Davy probably never imagined that his brilliant experiment would soon play so important a part in the future lighting of the world. He may never have regarded it as of any practical value. In fact, many years elapsed before any further attempt was made to utilize the light of the electric arc. The reason for this is not difficult to discover. The batteries in existence were crude and gave only their full power for a very short time after the circuit was closed. They were subject to the very serious defect of rapid polarization, whereby the activity was at once reduced. A long period elapsed before this defect was removed. Davy in his experiments had also noted the very intense heat of the electric arc, and found that but few substances escaped fusion or volatilization when placed in the heated stream between the carbon electrodes.
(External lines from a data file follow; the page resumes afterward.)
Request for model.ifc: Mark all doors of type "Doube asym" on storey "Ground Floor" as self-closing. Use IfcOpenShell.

First a look at what the model holds.

```python
import ifcopenshell
import ifcopenshell.util.element

model = ifcopenshell.open("model.ifc")
print(model.schema)
storey = next(s for s in model.by_type("IfcBuildingStorey") if s.Name == "Ground Floor")
doors = [e for e in ifcopenshell.util.element.get_decomposition(storey) if e.is_a("IfcDoor")]
seen = {}
for e in doors:
    element_type = ifcopenshell.util.element.get_type(e)
    key = (element_type.Name if element_type != e and element_type else None, ifcopenshell.util.element.get_pset(e, "Pset_DoorCommon", "SelfClosing"))
    seen[key] = seen.get(key, 0) + 1
for (name, value), count in sorted(seen.items(), key=str):
    print(count, "x", name, "|", value)
```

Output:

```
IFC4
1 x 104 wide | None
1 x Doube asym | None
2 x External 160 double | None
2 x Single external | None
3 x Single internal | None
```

```python
import ifcopenshell
import ifcopenshell.api.pset
import ifcopenshell.util.element

model = ifcopenshell.open("model.ifc")

storey = next(s for s in model.by_type("IfcBuildingStorey") if s.Name == "Ground Floor")
doors = [e for e in ifcopenshell.util.element.get_decomposition(storey) if e.is_a("IfcDoor")]

count = 0
for e in doors:
    element_type = ifcopenshell.util.element.get_type(e)
    if element_type in (None, e) or element_type.Name != "Doube asym":
        continue
    # add_pset returns the element's existing set when there is one.
    pset = ifcopenshell.api.pset.add_pset(model, product=e, name="Pset_DoorCommon")
    ifcopenshell.api.pset.edit_pset(model, pset=pset, properties={"SelfClosing": True})
    count += 1

print(count, "doors updated")

model.write("model-out.ifc")
```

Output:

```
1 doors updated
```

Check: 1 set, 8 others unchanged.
Here again he was pioneer in very important and quite recent electric work, employing the electric furnace, which has already given rise to several new and valuable industries.

The conduction of electricity along wires naturally led to efforts to employ it in signalling. As early as 1774 attempts were made by Le Sage, of Geneva, to apply frictional electricity to telegraphy. His work was followed before the close of the century by other similar proposals. Volta’s discovery soon gave a renewed impetus to these efforts. It was easy enough to stop and start a current in a line of wire connecting two points, but something more than that was requisite. A good receiver, or means for recognizing the presence or absence of current in the wire or circuit, did not exist. The art had to wait for the discovery of the effects of electric current upon magnets and the production of magnetism by such currents. Curiously, even in 1802 the fact that a wire conveying a current would deflect a compass needle was observed by Romagnosi, of Trente, but it was afterwards forgotten, and not until 1819 was any real advance made.